TASK BRIEF: Could you write out the records below exactly, without omitting a line?

Saved data entries
──────────

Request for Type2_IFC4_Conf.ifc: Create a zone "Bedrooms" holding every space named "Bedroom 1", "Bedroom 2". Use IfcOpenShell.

First a look at what the model holds.

```python
import ifcopenshell

model = ifcopenshell.open("Type2_IFC4_Conf.ifc")
print(model.schema)
seen = {}
for space in model.by_type("IfcSpace"):
    seen[space.LongName] = seen.get(space.LongName, 0) + 1
for name, count in sorted(seen.items(), key=str):
    print(count, "x", name)
print("zones:", [z.Name for z in model.by_type("IfcZone")][:20])
```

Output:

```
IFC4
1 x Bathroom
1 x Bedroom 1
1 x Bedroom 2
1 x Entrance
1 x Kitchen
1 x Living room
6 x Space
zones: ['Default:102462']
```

```python
import ifcopenshell
import ifcopenshell.api.group
import ifcopenshell.api.root

model = ifcopenshell.open("Type2_IFC4_Conf.ifc")

names = {"Bedroom 1", "Bedroom 2"}
spaces = [s for s in model.by_type("IfcSpace") if s.LongName in names]

zone = ifcopenshell.api.root.create_entity(model, ifc_class="IfcZone", name="Bedrooms")
ifcopenshell.api.group.assign_group(model, products=spaces, group=zone)
print(len(spaces), "spaces in", zone.Name)

model.write("Type2_IFC4_Conf_rev.ifc")
```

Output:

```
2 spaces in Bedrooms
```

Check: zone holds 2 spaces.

──────────

EXPECTED OUTPUT:
Request for Type2_IFC4_Conf.ifc: Create a zone "Bedrooms" holding every space named "Bedroom 1", "Bedroom 2". Use IfcOpenShell.

First a look at what the model holds.

```python
import ifcopenshell

model = ifcopenshell.open("Type2_IFC4_Conf.ifc")
print(model.schema)
seen = {}
for space in model.by_type("IfcSpace"):
    seen[space.LongName] = seen.get(space.LongName, 0) + 1
for name, count in sorted(seen.items(), key=str):
    print(count, "x", name)
print("zones:", [z.Name for z in model.by_type("IfcZone")][:20])
```

Output:

```
IFC4
1 x Bathroom
1 x Bedroom 1
1 x Bedroom 2
1 x Entrance
1 x Kitchen
1 x Living room
6 x Space
zones: ['Default:102462']
```

```python
import ifcopenshell
import ifcopenshell.api.group
import ifcopenshell.api.root

model = ifcopenshell.open("Type2_IFC4_Conf.ifc")

names = {"Bedroom 1", "Bedroom 2"}
spaces = [s for s in model.by_type("IfcSpace") if s.LongName in names]

zone = ifcopenshell.api.root.create_entity(model, ifc_class="IfcZone", name="Bedrooms")
ifcopenshell.api.group.assign_group(model, products=spaces, group=zone)
print(len(spaces), "spaces in", zone.Name)

model.write("Type2_IFC4_Conf_rev.ifc")
```

Output:

```
2 spaces in Bedrooms
```

Check: zone holds 2 spaces.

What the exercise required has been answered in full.